Broadie foresees more application of ShotLink data to course strategy, further development of strokes gained, more incorporation of additional information like the lie of the ball and the contours of the green, perhaps even connecting ShotLink data to TrackMan ball-flight data in a more direct link to coaching.
"If this were a round of golf, I'd say we're still on the front nine in golf analytics," Broadie says. "There's a long way to go."
Shotlink's many uses
ShotLink data has additional uses besides analyzing players' games. Most notably, it is a treasure trove of information for the USGA as it considers possible equipment regulations or analyzes the effect of past regulations.
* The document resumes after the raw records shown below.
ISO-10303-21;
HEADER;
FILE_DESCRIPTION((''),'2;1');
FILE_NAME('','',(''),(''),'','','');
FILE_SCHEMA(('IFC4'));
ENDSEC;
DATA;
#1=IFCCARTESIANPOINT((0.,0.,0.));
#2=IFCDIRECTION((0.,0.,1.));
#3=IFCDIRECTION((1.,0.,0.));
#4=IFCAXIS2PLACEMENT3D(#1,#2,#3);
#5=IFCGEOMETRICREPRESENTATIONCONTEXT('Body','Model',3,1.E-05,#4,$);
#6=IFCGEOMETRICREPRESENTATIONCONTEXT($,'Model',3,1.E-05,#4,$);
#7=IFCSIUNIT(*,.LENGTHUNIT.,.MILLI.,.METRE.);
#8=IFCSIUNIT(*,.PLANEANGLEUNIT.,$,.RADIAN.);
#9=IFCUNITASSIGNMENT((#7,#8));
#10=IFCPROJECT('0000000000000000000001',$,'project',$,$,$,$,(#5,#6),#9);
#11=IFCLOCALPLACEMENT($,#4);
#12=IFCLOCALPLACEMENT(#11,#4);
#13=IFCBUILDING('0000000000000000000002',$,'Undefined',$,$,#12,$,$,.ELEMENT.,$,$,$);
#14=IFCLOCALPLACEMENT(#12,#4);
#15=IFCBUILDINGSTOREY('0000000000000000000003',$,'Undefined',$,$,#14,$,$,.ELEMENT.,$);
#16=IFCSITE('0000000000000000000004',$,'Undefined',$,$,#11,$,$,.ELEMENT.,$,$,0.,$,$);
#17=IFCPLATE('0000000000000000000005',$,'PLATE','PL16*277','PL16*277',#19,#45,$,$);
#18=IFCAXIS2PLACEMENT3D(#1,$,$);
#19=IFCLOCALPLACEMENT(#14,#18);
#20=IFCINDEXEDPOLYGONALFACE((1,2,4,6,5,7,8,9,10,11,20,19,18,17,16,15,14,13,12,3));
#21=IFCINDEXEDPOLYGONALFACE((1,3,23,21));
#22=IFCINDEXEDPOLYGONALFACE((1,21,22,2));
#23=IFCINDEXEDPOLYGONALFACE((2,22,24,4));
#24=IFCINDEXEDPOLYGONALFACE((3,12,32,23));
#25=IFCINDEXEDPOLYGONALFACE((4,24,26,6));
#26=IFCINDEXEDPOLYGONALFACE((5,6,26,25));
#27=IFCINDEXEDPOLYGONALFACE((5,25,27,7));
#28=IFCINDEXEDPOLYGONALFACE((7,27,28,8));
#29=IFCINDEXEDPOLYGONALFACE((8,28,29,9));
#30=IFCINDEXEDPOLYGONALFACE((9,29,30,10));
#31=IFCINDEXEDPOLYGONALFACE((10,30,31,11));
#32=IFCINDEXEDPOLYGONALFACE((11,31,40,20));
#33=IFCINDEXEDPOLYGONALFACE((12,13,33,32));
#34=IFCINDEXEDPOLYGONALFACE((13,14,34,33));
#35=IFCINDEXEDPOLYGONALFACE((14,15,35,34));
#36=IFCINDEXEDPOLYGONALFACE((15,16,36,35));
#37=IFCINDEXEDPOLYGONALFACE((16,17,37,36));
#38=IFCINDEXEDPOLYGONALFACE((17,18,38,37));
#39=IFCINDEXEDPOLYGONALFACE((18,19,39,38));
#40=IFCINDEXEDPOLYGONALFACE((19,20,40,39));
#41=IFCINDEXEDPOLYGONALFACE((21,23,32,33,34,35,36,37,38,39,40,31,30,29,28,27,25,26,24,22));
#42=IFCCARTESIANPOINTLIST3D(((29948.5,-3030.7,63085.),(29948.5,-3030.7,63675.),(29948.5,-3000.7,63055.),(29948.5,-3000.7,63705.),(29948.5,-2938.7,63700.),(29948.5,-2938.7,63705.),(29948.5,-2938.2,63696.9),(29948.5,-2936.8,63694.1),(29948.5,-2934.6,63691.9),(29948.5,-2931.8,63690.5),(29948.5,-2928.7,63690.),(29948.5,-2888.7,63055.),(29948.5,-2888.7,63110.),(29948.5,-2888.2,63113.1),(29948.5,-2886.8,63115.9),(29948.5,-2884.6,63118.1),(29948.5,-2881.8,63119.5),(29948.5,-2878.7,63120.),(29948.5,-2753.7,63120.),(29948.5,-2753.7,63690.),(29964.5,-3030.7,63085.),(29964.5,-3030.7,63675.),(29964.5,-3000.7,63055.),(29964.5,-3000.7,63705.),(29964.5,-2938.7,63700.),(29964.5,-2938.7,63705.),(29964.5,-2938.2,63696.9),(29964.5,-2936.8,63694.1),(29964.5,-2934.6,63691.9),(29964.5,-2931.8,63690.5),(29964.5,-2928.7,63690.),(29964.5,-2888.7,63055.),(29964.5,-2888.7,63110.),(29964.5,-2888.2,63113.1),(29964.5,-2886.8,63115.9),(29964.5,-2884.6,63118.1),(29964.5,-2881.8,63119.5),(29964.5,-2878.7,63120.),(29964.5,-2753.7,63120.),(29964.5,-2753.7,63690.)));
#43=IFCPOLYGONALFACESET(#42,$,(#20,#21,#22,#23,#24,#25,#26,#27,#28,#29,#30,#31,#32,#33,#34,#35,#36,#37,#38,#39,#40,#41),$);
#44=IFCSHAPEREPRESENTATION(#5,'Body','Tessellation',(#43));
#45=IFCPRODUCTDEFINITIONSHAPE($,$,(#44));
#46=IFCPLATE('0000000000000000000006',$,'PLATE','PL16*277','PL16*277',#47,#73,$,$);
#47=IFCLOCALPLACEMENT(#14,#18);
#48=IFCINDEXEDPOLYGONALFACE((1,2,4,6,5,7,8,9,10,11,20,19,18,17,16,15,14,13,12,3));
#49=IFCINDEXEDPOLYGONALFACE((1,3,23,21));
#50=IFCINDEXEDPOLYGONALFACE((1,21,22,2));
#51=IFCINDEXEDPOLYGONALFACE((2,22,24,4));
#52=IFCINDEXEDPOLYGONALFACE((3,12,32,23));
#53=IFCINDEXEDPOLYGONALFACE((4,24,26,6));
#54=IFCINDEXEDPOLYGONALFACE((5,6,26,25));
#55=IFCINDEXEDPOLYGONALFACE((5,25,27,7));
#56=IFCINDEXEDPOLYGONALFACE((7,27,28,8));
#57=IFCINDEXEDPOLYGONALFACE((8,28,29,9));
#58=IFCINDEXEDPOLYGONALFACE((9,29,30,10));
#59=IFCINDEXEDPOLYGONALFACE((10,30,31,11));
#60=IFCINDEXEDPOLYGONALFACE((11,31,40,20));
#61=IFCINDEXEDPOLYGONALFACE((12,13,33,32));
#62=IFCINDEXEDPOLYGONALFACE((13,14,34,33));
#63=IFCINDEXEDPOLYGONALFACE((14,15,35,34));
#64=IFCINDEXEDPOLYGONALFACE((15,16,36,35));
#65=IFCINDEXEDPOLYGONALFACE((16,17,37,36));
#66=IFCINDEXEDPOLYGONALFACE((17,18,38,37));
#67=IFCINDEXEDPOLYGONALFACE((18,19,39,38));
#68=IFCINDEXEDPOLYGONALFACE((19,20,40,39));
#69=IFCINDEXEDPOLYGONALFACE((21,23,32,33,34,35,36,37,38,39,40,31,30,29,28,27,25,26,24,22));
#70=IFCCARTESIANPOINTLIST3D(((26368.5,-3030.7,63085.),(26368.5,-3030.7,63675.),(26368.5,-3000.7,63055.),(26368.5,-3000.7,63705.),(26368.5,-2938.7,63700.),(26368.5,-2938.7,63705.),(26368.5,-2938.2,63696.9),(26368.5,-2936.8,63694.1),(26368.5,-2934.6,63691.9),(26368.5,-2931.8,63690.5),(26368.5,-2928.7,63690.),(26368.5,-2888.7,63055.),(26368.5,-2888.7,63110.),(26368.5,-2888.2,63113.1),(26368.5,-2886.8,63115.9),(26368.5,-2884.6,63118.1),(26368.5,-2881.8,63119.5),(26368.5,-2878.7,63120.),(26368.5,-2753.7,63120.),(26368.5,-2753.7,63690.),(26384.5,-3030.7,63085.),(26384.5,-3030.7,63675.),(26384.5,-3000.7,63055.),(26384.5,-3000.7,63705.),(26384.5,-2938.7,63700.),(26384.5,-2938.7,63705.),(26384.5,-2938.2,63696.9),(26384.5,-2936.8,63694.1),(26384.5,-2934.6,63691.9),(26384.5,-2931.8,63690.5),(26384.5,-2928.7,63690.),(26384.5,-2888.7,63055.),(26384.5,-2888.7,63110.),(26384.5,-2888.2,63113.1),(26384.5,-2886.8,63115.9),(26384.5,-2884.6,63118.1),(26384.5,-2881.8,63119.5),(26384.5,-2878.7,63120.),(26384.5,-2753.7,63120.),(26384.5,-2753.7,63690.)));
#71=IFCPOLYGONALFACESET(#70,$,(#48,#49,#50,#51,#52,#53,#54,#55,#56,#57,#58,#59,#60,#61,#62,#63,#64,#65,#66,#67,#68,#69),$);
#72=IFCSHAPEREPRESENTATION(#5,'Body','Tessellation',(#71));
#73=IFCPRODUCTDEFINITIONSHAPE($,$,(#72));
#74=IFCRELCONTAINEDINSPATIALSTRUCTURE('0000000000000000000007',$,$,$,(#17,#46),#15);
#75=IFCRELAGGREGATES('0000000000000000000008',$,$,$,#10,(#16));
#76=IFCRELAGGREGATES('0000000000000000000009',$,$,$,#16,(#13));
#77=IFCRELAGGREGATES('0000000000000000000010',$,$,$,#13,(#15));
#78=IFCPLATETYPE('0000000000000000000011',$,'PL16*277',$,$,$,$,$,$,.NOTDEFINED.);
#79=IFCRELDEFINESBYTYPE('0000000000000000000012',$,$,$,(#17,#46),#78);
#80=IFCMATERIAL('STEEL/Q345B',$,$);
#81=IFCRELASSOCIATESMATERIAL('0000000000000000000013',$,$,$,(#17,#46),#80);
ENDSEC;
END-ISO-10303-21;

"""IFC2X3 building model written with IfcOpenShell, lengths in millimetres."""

from ifc_helpers import new_model, si_unit, frame, origin_with_axes, place, context, project, spatial, polyline, outline, extrude, material, type_object, element, save


model = new_model("IFC2X3")

# Units and contexts
model_context_1 = context("Model", 3, precision=1e-05, world=origin_with_axes(), identifier="Body")
model_context_2 = context("Model", 3, precision=1e-05, world=origin_with_axes())
ifc_project = project(units=[si_unit("LENGTHUNIT", "METRE", prefix="MILLI"), si_unit("PLANEANGLEUNIT", "RADIAN")], contexts=[model_context_1, model_context_2])

# Site, building, storey
site_placement = place(None, origin_with_axes())
site = spatial("IfcSite", under=ifc_project, at=site_placement, Name="Undefined", CompositionType="ELEMENT", RefElevation=0.0)
building_placement = place(site_placement, origin_with_axes())
building = spatial("IfcBuilding", under=site, at=building_placement, Name="Undefined", CompositionType="ELEMENT")
storey_placement = place(building_placement, origin_with_axes())
storey = spatial("IfcBuildingStorey", under=building, at=storey_placement, Name="Undefined", CompositionType="ELEMENT")

# Shared definitions
ifc_material_1 = material(Name="STEEL/Q345B")

# Plates
plate_type_1 = type_object("IfcPlateType", Name="PL16*277", PredefinedType="NOTDEFINED")
for number, where, z_axis, x_axis, name in (
    (1, (29956.5, -3030.7, 63085.0), (1.0, 0.0, 0.0), (0.0, 0.707107, -0.707107), "PLATE"),
    (2, (26376.5, -3030.7, 63085.0), (1.0, 0.0, 0.0), (0.0, 0.707107, -0.707107), "PLATE"),
):
    element("IfcPlate", number, at=place(storey_placement, frame(where, z_axis=z_axis, x_axis=x_axis)), inside=storey, type_object=plate_type_1, material=ifc_material_1, Name=name, Description="PL16*277", ObjectType="PL16*277", context=model_context_1, shape_type="SweptSolid", body=[
        extrude(outline(polyline([(0.0, 0.0), (42.4, 0.0), (121.6, 79.2), (82.7, 118.1), (80.9, 120.6), (79.9, 123.6), (79.9, 126.7), (80.9, 129.7), (82.7, 132.2), (171.1, 220.6), (-231.9, 623.7), (-355.7, 499.9), (-358.2, 498.1), (-361.2, 497.1), (-364.3, 497.1), (-367.3, 498.1), (-369.8, 499.9), (-373.4, 503.5), (-417.2, 459.6), (-417.2, 417.2), (0.0, 0.0)])), frame((0.0, 0.0, -8.0), z_axis=(0.0, 0.0, 1.0), x_axis=(1.0, 0.0, 0.0)), (0.0, 0.0, 1.0), 16.0),
    ])

save(model, "model.ifc")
"We call ourselves power users," says USGA technical director Matt Pringle. "There's not a week that goes by that we don't tap into it."
The USGA delves deep into the ShotLink data, marrying it with information from the tour setup staff on rough height, grass type, green speed and fairway width. Pringle's staff has developed its own software to go through different scenarios.
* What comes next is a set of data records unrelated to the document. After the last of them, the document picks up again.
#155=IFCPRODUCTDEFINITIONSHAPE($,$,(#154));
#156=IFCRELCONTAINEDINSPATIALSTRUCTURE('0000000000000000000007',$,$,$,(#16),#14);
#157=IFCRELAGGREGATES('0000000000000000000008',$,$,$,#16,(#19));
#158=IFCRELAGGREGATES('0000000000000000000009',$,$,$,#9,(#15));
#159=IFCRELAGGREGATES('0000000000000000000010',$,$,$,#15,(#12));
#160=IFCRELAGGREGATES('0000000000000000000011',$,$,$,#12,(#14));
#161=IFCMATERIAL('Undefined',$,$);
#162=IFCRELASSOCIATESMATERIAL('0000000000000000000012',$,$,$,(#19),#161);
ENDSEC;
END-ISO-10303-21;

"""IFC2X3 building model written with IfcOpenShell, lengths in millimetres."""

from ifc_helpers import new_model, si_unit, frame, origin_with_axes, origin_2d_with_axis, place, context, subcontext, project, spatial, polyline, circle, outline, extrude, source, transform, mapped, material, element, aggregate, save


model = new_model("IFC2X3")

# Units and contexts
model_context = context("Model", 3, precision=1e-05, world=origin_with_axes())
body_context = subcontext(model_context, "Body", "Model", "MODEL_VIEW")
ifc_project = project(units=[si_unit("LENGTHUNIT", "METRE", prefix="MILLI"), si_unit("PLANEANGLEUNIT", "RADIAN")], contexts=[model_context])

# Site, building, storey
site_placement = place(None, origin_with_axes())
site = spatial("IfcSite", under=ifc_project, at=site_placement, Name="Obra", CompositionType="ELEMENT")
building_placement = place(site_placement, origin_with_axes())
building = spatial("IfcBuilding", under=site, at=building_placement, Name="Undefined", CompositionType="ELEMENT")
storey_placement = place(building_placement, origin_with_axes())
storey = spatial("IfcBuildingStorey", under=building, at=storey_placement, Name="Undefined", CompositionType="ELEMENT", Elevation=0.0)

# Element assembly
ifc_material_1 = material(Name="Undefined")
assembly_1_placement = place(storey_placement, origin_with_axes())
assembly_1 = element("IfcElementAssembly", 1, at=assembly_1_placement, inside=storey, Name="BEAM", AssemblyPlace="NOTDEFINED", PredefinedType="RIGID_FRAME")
"With so much data, you can slice it a hundred different ways and test hypotheses to see if you can attribute things to equipment effects, course setup or something else," said Pringle. "The tour is not a controlled experiment, but there's so much data we can use it as if it were."
Naturally, the ruling body uses the data to constantly monitor distance. But it goes much further, and one of its most interesting tools is simulation -- the USGA has simulated the 2012 season 10,000 times with changing variables.
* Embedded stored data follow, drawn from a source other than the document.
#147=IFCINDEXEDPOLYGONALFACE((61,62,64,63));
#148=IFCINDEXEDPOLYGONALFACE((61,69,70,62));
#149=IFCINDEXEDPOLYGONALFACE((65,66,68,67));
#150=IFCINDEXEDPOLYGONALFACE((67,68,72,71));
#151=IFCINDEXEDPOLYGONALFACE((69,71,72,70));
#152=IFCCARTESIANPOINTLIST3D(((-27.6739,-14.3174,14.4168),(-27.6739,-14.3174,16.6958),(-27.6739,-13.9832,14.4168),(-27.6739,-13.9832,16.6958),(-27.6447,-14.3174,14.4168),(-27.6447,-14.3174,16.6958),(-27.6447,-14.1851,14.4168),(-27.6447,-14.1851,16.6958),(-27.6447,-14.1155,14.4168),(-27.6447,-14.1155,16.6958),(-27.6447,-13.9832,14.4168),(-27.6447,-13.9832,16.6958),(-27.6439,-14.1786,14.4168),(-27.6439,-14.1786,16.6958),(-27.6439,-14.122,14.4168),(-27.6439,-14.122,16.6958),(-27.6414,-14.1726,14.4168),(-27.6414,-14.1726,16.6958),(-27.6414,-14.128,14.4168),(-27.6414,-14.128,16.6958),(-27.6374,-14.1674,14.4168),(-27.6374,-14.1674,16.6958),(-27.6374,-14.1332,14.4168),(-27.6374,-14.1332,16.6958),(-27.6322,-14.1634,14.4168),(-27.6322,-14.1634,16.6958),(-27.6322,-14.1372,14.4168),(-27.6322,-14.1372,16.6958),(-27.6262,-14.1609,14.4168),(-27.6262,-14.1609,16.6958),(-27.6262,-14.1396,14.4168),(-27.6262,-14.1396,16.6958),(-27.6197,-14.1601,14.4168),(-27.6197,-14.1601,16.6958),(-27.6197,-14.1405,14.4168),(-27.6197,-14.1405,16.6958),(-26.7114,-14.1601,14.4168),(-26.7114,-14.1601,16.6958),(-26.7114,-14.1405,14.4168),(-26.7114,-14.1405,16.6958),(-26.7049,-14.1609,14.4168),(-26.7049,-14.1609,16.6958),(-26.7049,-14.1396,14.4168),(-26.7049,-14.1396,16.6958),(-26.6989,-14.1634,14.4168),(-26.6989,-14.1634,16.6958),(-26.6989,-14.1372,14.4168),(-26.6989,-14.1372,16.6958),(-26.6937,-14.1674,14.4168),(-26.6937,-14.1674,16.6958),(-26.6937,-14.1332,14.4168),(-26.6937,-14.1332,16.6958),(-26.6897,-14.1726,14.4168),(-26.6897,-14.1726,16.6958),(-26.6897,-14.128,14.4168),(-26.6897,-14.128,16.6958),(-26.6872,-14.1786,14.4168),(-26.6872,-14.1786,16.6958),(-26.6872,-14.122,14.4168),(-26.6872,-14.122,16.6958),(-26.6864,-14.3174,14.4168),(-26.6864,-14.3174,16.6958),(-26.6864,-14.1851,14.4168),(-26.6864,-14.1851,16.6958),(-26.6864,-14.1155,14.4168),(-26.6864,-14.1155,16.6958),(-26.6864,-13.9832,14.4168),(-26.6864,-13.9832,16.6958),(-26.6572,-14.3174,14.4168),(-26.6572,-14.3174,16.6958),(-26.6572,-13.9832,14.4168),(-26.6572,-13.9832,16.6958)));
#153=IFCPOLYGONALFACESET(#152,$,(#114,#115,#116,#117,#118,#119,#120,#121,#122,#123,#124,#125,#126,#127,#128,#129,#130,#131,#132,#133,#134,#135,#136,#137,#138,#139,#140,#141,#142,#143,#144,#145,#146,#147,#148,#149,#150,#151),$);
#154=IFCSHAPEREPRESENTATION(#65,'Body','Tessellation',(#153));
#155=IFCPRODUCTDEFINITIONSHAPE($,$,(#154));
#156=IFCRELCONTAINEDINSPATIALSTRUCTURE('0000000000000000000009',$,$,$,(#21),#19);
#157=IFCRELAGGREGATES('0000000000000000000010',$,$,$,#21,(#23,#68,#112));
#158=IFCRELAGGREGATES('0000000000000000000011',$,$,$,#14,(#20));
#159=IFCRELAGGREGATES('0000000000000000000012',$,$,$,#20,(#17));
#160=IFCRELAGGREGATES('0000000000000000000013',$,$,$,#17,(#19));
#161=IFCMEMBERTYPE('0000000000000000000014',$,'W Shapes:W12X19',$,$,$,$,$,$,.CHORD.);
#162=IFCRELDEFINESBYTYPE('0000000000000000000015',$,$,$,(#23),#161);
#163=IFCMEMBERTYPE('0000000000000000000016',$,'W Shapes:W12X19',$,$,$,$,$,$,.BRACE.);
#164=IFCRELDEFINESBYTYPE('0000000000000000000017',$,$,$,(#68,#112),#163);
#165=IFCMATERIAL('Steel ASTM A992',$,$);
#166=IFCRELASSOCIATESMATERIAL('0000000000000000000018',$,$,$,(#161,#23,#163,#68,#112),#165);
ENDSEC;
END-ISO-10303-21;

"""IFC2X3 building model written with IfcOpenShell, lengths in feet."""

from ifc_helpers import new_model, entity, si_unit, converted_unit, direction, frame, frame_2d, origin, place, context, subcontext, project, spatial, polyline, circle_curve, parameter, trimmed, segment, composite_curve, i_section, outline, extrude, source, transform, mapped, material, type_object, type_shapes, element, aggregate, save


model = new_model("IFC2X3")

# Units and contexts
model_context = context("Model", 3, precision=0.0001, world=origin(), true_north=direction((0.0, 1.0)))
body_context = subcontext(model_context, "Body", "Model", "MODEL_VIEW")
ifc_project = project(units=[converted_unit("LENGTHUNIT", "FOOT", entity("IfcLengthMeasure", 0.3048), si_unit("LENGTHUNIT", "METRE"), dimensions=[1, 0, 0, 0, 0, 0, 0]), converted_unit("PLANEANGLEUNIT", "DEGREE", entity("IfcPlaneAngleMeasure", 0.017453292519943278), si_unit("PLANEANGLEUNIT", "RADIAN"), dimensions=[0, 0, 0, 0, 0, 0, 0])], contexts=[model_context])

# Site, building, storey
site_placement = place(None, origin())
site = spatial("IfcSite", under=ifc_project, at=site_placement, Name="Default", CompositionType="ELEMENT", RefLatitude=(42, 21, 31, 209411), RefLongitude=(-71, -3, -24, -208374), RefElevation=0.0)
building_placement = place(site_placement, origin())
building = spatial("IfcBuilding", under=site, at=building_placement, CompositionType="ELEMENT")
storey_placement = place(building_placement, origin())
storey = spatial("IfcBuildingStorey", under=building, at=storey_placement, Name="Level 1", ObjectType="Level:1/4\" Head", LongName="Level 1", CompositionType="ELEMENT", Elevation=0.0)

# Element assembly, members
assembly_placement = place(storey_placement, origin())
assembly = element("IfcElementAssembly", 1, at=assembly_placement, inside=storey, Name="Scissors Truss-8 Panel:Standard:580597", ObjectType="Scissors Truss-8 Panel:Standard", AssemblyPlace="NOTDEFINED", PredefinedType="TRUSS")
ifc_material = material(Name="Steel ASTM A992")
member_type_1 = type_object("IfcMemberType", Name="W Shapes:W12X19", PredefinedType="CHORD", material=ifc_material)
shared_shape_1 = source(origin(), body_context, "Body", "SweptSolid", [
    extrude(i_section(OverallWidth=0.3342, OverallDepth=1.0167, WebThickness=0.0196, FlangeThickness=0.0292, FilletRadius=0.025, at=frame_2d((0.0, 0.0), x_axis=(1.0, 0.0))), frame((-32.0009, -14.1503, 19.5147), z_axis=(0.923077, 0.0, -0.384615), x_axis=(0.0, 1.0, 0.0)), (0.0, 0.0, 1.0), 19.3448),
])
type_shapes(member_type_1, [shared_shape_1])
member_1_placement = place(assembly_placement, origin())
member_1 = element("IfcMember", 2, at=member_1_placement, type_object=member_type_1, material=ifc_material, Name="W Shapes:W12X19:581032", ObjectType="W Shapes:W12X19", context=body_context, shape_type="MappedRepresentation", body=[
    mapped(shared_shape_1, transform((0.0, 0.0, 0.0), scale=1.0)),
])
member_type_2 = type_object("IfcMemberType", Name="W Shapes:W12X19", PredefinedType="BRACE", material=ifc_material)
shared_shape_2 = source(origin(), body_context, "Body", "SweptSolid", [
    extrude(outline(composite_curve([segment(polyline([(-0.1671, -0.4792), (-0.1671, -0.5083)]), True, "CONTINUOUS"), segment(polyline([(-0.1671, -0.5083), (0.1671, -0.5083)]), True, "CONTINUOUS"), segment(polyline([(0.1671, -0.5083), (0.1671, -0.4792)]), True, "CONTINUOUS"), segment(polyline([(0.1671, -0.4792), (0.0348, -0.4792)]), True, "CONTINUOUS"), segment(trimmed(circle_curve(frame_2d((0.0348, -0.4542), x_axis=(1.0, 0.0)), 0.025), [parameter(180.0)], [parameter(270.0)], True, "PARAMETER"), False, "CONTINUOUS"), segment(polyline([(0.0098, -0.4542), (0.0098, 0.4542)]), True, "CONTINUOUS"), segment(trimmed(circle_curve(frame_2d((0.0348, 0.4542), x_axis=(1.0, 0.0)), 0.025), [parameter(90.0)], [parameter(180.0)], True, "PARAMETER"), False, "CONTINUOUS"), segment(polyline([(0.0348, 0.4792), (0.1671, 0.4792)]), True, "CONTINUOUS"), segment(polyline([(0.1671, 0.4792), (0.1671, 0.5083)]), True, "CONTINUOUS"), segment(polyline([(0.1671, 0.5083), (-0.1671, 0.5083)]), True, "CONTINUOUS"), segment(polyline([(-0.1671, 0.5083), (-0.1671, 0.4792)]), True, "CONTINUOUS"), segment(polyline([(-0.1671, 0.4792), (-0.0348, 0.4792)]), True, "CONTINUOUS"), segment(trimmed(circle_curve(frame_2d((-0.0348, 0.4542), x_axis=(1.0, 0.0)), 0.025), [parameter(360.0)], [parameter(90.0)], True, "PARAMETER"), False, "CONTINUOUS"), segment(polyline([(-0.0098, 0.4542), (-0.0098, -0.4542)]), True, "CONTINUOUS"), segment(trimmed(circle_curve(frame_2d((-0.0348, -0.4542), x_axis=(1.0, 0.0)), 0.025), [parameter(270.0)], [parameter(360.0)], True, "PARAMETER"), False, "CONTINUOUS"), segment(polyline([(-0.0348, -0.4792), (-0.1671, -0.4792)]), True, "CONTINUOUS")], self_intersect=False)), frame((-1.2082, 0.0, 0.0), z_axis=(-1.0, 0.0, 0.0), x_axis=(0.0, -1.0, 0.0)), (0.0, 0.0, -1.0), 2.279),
"We can say: 'What if driving distance were shorter or longer, how does that play out?' " says Pringle. "For example, if drives went 15 yards farther, what effect would it have on scoring for different types of players. We can see what would happen if you changed course setup or made courses longer or shorter."
ShotLink data on where shots have finished on particular holes -- and scoring from various positions -- has also proved to be very useful in redesigns of tour courses, as architect Gil Hanse discovered in working on TPC Boston and Doral.
"When they first gave me the information, I thought it was going to be useless. Boy, was I wrong!" says Hanse. "For placement of fairway bunkers it provides us with a great database that incorporates wind, weather and distance over a period of years and multiple rounds, and allows us to focus on proper placement to challenge these guys."
More subtly, Steve Wenzloff of the PGA Tour's design staff says that on a new course like Conway Farms, host of the BMW Championship for the first time in 2013, the tour looks to see if there are areas on greens or fairways that are collecting or repelling shots. Collection areas on fairways aren't good from a divot standpoint, so the course may look to mitigate those. And areas on the greens that either gather or repel shots are considerations when it comes to hole locations.
The tour's field staff can use that type of data when it sets pins for each round. Data about how holes have played, and where drives have landed, helps in moving tees to various positions in different rounds. In more general terms, ShotLink information can help the tour determine the optimum rough height or fairway width on a given course.
In the academic world, ShotLink has helped college professors demonstrate points in areas far removed from golf. Jennifer Brown of Northwestern used the proven tendency of Tiger Woods' fellow competitors to play worse when they were paired with him to illustrate an effect in the business world where a "superstar" performer at a company can actually hamper the performance of others. Todd McFall of Wake Forest looked at the effect of the USGA's 2010 change in the rule on iron grooves as an example of regulations leading to unexpected consequences because people modify their behavior, in this case pros playing more cautiously and thus mitigating the effect of ostensibly more difficult shots from the rough.